In Sachsen sind im vergangenen Jahr 171.200 Rinder, Schweine, Schafe, Ziegen und Pferde geschlachtet worden. Insgesamt entstand dadurch eine Fleischmenge von 18.300 Tonnen. Gegenüber dem Vorjahr sei das ein Rückgang um gut 0,8 Prozent gewesen, teilte das Statistische Landesamt mit. Angaben zur Geflügelschlachtung wurden nicht gemacht.

Der mit 70 Prozent überwiegende Teil der geschlachteten Tiere – ohne Geflügel – waren zuletzt Schweine. Allein davon kamen im Jahr 2016 12.700 Tonnen Fleisch zusammen. Auf den Plätzen folgt abgeschlagen sächsisches Rindfleisch (5100 Tonnen), Schaf- und Lammfleisch (371 Tonnen), Pferdefleisch (65 Tonnen) und Ziegenfleisch (22 Tonnen). 91 Prozent aller Schlachtungen im Freistaat waren im vergangenen Jahr gewerblich, nur neun Prozent gingen auf das Konto von Hausschlachtungen: 1700 Tonnen.

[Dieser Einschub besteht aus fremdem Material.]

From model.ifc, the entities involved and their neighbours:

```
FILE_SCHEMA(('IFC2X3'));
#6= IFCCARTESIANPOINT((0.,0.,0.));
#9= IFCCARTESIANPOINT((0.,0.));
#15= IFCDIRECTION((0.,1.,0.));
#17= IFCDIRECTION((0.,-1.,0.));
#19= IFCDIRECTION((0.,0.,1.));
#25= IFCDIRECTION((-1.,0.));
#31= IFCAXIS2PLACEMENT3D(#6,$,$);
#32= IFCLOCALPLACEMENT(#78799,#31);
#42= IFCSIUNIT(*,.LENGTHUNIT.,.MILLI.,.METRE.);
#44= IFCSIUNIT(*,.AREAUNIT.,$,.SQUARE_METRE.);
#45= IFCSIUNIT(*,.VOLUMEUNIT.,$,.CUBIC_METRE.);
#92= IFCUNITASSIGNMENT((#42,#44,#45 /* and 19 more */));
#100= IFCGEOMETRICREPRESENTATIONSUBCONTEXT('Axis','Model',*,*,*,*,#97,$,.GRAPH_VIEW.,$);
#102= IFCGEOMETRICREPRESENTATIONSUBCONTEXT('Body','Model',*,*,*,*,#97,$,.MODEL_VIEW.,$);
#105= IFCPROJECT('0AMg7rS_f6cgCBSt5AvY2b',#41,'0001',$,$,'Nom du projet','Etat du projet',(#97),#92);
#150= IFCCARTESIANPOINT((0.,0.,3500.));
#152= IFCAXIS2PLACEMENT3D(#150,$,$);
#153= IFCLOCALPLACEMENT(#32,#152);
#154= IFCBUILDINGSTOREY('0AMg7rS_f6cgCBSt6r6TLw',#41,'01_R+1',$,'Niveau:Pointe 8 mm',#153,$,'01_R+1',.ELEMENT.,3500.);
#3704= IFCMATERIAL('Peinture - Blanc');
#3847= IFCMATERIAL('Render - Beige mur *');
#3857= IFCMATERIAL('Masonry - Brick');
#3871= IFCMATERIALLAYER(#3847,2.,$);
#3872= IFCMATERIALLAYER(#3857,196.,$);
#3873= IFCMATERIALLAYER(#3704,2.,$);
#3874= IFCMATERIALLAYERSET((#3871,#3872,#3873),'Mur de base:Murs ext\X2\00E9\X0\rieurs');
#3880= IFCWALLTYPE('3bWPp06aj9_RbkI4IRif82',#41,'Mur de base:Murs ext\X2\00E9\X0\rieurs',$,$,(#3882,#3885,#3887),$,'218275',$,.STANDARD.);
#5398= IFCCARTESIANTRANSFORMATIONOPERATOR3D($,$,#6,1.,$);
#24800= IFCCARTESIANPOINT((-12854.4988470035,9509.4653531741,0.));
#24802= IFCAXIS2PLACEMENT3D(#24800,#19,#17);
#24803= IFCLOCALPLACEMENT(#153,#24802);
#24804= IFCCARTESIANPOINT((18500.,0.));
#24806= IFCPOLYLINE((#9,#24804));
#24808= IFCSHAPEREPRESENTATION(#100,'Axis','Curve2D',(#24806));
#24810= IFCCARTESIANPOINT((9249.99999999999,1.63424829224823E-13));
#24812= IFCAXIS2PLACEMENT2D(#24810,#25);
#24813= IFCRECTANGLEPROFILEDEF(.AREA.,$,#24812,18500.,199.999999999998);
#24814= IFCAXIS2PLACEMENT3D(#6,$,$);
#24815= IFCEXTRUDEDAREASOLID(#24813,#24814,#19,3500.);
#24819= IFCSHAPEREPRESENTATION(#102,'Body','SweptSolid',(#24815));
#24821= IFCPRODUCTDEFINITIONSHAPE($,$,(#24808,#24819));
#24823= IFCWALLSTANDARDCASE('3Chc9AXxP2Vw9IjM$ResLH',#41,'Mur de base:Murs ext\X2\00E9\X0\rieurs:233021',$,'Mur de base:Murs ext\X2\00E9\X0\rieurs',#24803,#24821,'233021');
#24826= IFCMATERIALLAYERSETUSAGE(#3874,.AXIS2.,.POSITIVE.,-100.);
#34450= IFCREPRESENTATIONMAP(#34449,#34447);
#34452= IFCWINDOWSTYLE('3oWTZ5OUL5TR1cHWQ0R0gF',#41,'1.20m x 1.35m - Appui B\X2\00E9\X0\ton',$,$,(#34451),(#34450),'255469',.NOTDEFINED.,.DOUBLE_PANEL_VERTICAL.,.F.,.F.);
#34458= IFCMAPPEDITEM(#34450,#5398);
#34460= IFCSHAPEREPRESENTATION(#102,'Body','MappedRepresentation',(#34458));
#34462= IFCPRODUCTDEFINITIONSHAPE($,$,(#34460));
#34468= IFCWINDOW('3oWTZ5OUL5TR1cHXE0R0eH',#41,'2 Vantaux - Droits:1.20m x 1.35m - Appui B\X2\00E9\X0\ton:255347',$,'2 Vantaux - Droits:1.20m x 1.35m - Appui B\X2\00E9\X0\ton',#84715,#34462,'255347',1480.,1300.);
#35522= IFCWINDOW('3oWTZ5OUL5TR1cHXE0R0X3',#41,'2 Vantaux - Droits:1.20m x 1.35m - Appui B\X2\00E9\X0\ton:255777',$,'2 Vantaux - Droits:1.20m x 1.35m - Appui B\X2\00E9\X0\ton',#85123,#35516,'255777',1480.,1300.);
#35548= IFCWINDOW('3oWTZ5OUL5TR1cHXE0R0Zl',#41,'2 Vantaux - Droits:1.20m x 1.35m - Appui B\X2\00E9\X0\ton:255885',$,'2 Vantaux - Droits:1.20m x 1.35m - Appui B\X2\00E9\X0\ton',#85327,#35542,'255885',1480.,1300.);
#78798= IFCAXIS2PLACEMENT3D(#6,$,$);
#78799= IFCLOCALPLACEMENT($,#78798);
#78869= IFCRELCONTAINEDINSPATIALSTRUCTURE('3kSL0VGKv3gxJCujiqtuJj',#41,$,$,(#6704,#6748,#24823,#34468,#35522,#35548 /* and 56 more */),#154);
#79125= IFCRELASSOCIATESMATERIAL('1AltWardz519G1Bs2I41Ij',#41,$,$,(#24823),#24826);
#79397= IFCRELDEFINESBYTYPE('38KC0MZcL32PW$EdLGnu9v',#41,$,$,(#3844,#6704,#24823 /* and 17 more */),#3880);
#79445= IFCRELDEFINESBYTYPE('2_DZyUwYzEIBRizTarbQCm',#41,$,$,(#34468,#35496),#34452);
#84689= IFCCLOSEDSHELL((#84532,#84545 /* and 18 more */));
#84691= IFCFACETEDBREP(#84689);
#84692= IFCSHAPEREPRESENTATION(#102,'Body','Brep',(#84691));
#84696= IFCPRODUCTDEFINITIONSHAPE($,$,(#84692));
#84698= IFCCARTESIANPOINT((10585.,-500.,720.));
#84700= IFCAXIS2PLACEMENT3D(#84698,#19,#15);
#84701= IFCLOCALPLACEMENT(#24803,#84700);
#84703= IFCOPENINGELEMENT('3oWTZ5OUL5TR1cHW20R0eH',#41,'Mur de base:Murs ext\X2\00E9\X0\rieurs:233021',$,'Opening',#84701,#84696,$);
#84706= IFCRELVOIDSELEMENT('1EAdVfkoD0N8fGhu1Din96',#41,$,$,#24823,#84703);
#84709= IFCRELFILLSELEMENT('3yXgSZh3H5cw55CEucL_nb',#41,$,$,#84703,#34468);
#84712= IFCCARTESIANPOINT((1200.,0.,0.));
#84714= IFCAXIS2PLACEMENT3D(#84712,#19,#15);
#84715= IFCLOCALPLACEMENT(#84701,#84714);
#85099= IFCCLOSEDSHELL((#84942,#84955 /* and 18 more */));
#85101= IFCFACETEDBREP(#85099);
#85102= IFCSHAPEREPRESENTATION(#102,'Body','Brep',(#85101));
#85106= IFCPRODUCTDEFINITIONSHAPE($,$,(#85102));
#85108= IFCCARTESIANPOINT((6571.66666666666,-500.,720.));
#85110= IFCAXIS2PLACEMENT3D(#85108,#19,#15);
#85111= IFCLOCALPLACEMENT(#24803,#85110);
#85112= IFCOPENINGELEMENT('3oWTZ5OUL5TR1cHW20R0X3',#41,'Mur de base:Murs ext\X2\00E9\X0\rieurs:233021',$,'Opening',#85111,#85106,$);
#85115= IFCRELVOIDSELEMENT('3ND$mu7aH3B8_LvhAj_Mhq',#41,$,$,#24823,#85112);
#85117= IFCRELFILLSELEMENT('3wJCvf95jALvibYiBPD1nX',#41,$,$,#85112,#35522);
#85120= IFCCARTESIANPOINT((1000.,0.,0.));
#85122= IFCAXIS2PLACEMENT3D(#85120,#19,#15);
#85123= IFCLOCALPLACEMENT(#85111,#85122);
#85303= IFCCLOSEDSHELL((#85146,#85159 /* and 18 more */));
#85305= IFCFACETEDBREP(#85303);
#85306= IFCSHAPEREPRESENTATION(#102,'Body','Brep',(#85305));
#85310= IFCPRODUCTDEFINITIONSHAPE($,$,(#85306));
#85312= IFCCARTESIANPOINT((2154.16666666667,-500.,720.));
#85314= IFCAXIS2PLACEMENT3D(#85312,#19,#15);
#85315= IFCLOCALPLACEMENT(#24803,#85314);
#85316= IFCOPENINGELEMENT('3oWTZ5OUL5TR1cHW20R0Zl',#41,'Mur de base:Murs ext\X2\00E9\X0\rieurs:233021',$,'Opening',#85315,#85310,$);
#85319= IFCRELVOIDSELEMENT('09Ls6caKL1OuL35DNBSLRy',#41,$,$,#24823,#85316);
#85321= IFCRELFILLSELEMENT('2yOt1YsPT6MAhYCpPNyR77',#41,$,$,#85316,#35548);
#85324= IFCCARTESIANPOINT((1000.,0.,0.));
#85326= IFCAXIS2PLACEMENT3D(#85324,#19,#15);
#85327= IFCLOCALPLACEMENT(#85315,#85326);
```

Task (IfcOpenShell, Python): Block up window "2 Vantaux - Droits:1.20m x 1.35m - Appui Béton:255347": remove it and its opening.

```python
import ifcopenshell
import ifcopenshell.api.feature
import ifcopenshell.api.root
import ifcopenshell.geom
import ifcopenshell.util.shape

model = ifcopenshell.open("model.ifc")
settings = ifcopenshell.geom.settings()


def volume(element):
    """Net volume in cubic metres, openings subtracted."""
    shape = ifcopenshell.geom.create_shape(settings, element)
    return ifcopenshell.util.shape.get_volume(shape.geometry)


window = model.by_guid("3oWTZ5OUL5TR1cHXE0R0eH")
opening = window.FillsVoids[0].RelatingOpeningElement
wall = opening.VoidsElements[0].RelatingBuildingElement
before = volume(wall)

ifcopenshell.api.root.remove_product(model, product=window)
ifcopenshell.api.feature.remove_feature(model, feature=opening)

after = volume(wall)

print(f"wall volume {before:.3f} -> {after:.3f} m3")

model.write("model_rev.ifc")
```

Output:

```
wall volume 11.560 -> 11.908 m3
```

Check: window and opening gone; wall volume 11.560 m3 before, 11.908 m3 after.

Nordsachsen ist Spitzenreiter – Stadt Leipzig unbedeutend

Aufgeschlüsselt nach Landkreisen und Kommunen steht Nordsachsen bei den sächsischen Schlachtungen an der Spitze: 2015 ereilte dort beispielsweise gut 2800 Rinder und 48.000 Schweine ihr Schicksal. In der Stadt Leipzig wurden im gleichen Zeitraum „nur“ 17 Rinder und 95 Schweine geschlachtet. Ein Großteil der in Sachsen aufgezogenen Tiere wird jedoch nicht hier, sondern außerhalb des Freistaates getötet. Innerhalb der Bundesrepublik mit jährlich mehr als 6,7 Millionen Tonnen Fleisch – ohne Geflügel – machen sächsische Schlachtungen lediglich 0,3 Prozent aus.

In Sachsen wurden laut letzter Zählung 2015 mehr als 500.000 Rinder und mehr als 660.000 Schweine gehalten. Dazu kamen gut 70.000 Schafe, 44.000 Enten und 26.000 Gänse. Die Zahl der sächsischen Hühner belief sich bei der letzten Schätzung auf mehr als zehn Millionen.